Dependent Front Suspensions

These have a rigid front axle that connects the front wheels.

Moreover, this looks like a solid bar under the front of the car, that leaf springs and shock absorbers keep in place.

Independant Front Suspensions

In this setup, the front wheels are allowed to move independently.

The MacPherson strut combines a shock absorber and a coil spring into a single unit.

This provides a more compact and lighter suspension system that your car can use for front-wheel-drive wheels.

The double-wishbone suspension or an A-arm suspension or control-arm suspension is another common type.

It is important to note that each wishbone has two mounting positions to the frame and one at the wheel, which bears a shock absorber, and a coil spring to absorb vibrations.


Let’s discuss rear suspensions.

Dependant Rear Suspensions

When the solid axle connects the rear wheels of the car, then the suspension is pretty simple.

It is based either on a leaf spring or coil spring.

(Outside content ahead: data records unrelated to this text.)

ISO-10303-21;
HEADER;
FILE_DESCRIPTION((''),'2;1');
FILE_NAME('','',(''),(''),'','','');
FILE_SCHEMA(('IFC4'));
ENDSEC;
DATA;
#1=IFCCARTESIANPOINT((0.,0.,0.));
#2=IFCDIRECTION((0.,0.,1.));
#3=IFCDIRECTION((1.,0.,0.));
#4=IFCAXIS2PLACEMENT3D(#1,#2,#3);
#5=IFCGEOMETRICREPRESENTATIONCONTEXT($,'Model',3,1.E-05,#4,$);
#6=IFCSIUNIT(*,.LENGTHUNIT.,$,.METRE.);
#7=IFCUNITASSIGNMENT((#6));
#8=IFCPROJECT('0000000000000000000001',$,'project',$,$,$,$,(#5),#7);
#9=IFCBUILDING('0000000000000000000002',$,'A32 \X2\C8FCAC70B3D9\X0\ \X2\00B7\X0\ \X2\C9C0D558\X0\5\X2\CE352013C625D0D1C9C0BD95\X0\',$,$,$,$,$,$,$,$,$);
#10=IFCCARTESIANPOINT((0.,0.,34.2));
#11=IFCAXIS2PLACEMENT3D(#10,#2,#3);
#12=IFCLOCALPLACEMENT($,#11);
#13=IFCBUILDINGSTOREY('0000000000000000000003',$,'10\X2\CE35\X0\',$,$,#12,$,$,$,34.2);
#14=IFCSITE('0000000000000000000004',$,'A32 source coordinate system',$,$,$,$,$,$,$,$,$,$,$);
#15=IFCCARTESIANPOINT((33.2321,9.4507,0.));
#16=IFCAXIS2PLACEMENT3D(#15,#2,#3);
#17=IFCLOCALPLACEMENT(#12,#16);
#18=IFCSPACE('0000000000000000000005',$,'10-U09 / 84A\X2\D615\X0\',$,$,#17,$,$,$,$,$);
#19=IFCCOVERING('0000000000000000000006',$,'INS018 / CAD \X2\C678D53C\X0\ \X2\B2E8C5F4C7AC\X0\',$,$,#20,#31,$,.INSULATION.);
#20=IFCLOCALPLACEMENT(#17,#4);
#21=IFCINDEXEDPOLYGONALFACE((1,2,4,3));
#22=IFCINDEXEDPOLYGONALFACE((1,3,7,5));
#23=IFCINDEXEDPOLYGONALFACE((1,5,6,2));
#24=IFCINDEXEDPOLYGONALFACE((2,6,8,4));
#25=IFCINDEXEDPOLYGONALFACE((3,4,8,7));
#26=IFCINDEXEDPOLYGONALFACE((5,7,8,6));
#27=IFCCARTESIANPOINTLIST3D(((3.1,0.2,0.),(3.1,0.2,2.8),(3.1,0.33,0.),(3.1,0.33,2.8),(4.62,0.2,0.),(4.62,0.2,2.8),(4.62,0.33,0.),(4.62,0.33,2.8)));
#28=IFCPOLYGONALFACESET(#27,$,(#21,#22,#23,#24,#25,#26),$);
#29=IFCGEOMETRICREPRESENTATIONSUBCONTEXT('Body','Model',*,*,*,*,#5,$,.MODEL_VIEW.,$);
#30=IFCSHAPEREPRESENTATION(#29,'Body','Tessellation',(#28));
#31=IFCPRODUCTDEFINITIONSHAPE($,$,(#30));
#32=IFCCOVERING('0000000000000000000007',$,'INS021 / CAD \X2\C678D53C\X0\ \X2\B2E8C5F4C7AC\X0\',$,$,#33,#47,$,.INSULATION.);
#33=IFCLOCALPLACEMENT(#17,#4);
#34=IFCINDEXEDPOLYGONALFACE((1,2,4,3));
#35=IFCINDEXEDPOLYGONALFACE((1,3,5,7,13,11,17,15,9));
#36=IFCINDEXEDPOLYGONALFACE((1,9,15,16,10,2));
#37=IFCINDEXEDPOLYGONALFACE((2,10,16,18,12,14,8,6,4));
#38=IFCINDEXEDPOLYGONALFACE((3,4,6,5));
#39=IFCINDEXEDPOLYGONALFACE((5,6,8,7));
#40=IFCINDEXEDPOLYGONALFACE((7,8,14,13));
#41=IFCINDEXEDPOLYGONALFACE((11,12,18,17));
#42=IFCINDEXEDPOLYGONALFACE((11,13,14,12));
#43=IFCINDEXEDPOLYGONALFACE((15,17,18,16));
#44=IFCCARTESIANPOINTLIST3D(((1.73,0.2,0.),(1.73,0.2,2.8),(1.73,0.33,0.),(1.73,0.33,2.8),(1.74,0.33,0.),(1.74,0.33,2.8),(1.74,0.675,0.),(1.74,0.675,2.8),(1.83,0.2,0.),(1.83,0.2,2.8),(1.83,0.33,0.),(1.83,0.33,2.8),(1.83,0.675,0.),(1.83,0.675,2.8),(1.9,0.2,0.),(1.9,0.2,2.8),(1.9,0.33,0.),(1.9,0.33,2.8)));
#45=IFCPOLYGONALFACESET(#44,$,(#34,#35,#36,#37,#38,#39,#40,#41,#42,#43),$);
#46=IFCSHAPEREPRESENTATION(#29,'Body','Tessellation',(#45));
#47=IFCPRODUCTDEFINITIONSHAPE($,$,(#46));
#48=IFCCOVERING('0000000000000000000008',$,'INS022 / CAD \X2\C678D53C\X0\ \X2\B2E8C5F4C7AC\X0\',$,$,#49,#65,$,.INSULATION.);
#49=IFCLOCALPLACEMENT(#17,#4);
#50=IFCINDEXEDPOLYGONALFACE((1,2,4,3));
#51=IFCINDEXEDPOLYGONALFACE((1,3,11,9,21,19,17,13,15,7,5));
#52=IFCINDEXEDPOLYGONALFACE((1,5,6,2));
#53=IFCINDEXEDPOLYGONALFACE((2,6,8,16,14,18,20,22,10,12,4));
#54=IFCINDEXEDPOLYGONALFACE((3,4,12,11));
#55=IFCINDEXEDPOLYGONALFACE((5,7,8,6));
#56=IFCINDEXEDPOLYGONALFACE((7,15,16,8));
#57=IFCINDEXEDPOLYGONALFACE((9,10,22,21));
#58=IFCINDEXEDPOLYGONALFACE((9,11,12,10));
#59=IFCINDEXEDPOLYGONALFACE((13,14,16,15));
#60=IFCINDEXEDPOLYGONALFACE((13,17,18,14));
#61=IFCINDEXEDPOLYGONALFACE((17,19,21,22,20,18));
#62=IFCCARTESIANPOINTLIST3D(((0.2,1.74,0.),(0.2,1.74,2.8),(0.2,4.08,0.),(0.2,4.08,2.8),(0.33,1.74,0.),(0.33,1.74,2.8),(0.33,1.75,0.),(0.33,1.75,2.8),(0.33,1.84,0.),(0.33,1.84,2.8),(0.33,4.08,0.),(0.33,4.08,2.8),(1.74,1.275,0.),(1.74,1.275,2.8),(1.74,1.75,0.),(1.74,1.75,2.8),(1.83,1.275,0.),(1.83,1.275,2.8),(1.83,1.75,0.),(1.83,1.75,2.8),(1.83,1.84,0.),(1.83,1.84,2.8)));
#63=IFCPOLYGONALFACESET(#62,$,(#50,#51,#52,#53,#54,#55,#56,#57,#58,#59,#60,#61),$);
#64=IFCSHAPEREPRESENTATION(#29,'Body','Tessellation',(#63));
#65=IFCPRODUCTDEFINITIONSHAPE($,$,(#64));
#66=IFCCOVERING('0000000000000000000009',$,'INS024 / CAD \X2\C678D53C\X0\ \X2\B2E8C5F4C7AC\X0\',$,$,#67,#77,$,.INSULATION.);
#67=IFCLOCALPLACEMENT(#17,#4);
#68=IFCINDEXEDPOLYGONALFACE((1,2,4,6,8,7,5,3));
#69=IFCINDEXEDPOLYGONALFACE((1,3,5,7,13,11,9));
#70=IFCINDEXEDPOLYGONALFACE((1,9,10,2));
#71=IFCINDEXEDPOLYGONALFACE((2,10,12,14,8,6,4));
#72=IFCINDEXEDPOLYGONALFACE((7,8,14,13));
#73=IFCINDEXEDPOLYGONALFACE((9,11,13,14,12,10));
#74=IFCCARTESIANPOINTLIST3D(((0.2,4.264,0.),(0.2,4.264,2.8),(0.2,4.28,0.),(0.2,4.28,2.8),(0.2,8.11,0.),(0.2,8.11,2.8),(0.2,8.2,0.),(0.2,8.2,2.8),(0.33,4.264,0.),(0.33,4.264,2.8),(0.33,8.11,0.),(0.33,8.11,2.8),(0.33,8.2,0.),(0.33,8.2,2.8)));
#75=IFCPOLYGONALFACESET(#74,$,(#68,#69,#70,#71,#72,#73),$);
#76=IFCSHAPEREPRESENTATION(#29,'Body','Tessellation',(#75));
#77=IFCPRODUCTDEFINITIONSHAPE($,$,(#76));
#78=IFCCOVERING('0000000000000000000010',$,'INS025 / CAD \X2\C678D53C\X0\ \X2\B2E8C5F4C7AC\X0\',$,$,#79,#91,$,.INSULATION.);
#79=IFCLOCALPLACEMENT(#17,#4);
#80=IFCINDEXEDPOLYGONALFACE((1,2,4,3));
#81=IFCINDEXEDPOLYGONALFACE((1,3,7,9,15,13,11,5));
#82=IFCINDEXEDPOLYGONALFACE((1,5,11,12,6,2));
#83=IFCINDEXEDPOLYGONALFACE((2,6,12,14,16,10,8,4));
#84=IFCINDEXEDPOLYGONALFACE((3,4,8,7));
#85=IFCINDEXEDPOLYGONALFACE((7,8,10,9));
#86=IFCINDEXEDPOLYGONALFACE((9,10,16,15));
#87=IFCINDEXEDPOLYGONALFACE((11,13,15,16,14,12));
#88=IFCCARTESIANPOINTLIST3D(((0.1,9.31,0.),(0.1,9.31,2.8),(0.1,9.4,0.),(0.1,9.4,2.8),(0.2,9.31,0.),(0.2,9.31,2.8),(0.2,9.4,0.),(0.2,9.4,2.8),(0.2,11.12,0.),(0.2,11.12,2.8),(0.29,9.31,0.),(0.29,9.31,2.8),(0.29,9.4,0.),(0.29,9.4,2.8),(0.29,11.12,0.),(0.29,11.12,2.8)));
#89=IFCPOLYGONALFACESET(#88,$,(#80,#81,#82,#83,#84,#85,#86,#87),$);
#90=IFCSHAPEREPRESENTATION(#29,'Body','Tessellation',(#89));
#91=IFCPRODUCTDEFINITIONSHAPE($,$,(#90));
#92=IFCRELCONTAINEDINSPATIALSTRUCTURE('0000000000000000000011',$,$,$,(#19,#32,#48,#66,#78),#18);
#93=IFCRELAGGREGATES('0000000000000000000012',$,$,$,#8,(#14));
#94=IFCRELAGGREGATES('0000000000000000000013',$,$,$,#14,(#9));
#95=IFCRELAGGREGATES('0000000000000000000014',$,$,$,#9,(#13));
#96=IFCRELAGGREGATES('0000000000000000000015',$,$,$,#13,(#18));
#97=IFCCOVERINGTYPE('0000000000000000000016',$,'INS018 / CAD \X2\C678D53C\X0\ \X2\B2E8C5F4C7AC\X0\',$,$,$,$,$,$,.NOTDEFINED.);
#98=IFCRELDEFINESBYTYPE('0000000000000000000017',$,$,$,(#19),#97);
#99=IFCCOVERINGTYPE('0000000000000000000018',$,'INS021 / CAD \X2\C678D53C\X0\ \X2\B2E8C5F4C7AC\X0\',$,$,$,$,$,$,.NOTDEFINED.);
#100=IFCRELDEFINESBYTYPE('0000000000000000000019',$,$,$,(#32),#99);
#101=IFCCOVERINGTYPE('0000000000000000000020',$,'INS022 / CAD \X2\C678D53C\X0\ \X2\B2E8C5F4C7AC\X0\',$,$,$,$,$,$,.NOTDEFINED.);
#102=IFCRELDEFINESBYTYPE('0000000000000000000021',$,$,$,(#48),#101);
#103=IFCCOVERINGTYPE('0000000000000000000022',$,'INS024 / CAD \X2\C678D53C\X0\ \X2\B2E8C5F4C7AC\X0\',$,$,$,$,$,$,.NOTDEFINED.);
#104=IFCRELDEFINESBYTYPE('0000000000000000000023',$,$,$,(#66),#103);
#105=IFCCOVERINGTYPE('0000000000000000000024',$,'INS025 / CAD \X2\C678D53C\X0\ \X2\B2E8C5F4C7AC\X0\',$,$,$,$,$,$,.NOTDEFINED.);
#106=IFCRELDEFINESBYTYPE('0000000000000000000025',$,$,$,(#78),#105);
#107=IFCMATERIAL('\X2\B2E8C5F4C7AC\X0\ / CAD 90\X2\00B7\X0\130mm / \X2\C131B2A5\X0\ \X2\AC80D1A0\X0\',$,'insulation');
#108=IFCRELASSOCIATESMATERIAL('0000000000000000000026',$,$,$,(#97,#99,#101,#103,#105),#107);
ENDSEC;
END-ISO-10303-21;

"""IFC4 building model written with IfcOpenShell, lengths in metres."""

from ifc_helpers import new_model, si_unit, frame, origin, origin_with_axes, place, context, subcontext, project, spatial, polyline, outline, extrude, source, transform, mapped, material, type_object, type_shapes, element, save


model = new_model("IFC4")

# Units and contexts
model_context = context("Model", 3, precision=1e-05, world=origin_with_axes())
body_context = subcontext(model_context, "Body", "Model", "MODEL_VIEW")
ifc_project = project(units=[si_unit("LENGTHUNIT", "METRE")], contexts=[model_context])

# Site, building, storey, space
storey_placement = place(None, frame((0.0, 0.0, 34.2), z_axis=(0.0, 0.0, 1.0), x_axis=(1.0, 0.0, 0.0)))
space_placement = place(storey_placement, frame((33.2321, 9.4507, 0.0), z_axis=(0.0, 0.0, 1.0), x_axis=(1.0, 0.0, 0.0)))
site = spatial("IfcSite", under=ifc_project, Name="A32 source coordinate system")
building = spatial("IfcBuilding", under=site, Name="A32 주거동 · 지하5층–옥탑지붕")
storey = spatial("IfcBuildingStorey", under=building, at=storey_placement, Name="10층", Elevation=34.2)
space = spatial("IfcSpace", under=storey, at=space_placement, Name="10-U09 / 84A형")

# Coverings
ifc_material = material(Name="단열재 / CAD 90·130mm / 성능 검토", Category="insulation")
covering_type_1 = type_object("IfcCoveringType", Name="INS018 / CAD 외피 단열재", PredefinedType="NOTDEFINED", material=ifc_material)
shared_shape_1 = source(origin(), body_context, "Body", "SweptSolid", [
    extrude(outline(polyline([(3.1, 0.33), (4.62, 0.33), (4.62, 0.2), (3.1, 0.2), (3.1, 0.33)])), origin(), (0.0, 0.0, 1.0), 2.8),
])
type_shapes(covering_type_1, [shared_shape_1])
covering_1_placement = place(space_placement, origin_with_axes())
element("IfcCovering", 1, at=covering_1_placement, inside=space, type_object=covering_type_1, Name="INS018 / CAD 외피 단열재", PredefinedType="INSULATION", context=body_context, shape_type="MappedRepresentation", body=[
    mapped(shared_shape_1, transform((0.0, 0.0, 0.0), scale=1.0)),
])
covering_type_2 = type_object("IfcCoveringType", Name="INS021 / CAD 외피 단열재", PredefinedType="NOTDEFINED", material=ifc_material)
shared_shape_2 = source(origin(), body_context, "Body", "SweptSolid", [
    extrude(outline(polyline([(1.83, 0.33), (1.9, 0.33), (1.9, 0.2), (1.83, 0.2), (1.73, 0.2), (1.73, 0.33), (1.74, 0.33), (1.74, 0.675), (1.83, 0.675), (1.83, 0.33)])), origin(), (0.0, 0.0, 1.0), 2.8),
])
type_shapes(covering_type_2, [shared_shape_2])
covering_2_placement = place(space_placement, origin_with_axes())
element("IfcCovering", 2, at=covering_2_placement, inside=space, type_object=covering_type_2, Name="INS021 / CAD 외피 단열재", PredefinedType="INSULATION", context=body_context, shape_type="MappedRepresentation", body=[
    mapped(shared_shape_2, transform((0.0, 0.0, 0.0), scale=1.0)),
])
covering_type_3 = type_object("IfcCoveringType", Name="INS022 / CAD 외피 단열재", PredefinedType="NOTDEFINED", material=ifc_material)
shared_shape_3 = source(origin(), body_context, "Body", "SweptSolid", [
    extrude(outline(polyline([(1.83, 1.84), (1.83, 1.75), (1.83, 1.275), (1.74, 1.275), (1.74, 1.75), (0.33, 1.75), (0.33, 1.74), (0.2, 1.74), (0.2, 4.08), (0.33, 4.08), (0.33, 1.84), (1.83, 1.84)])), origin(), (0.0, 0.0, 1.0), 2.8),
])
type_shapes(covering_type_3, [shared_shape_3])
covering_3_placement = place(space_placement, origin_with_axes())
element("IfcCovering", 3, at=covering_3_placement, inside=space, type_object=covering_type_3, Name="INS022 / CAD 외피 단열재", PredefinedType="INSULATION", context=body_context, shape_type="MappedRepresentation", body=[
    mapped(shared_shape_3, transform((0.0, 0.0, 0.0), scale=1.0)),
])
covering_type_4 = type_object("IfcCoveringType", Name="INS024 / CAD 외피 단열재", PredefinedType="NOTDEFINED", material=ifc_material)
shared_shape_4 = source(origin(), body_context, "Body", "SweptSolid", [
    extrude(outline(polyline([(0.2, 8.11), (0.2, 8.2), (0.33, 8.2), (0.33, 8.11), (0.33, 4.264), (0.2, 4.264), (0.2, 4.28), (0.2, 8.11)])), origin(), (0.0, 0.0, 1.0), 2.8),
])
type_shapes(covering_type_4, [shared_shape_4])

In the former design, the leaf spring clamp directly to the drive axle, the end of the spring attack directly to the frame, and the shock absorbers hold the spring to the axle.

You can also use the same basic design with coil springs.

Moreover, in this case, the spring and shock absorbers mount as signal units or as separate components.

Independent Rear Suspensions

In case both the front and back suspension are independent, all the wheels are mounted and sprung individually.

This results in ‘four-wheel independent suspension’.

Rear independent suspensions are simplified versions of the front one, though the basic principle remains the same.

Final Thoughts

With car suspension systems, your car is able to maximize the friction between the tires and the road surface. Moreover, this helps to provide steering stability with good handling and makes sure the comfort of passengers.

Car suspension is a part of the chassis that consists of all the important systems located beneath the body of the car and includes the frame, and load-carrying components which in turn are supported by the suspension.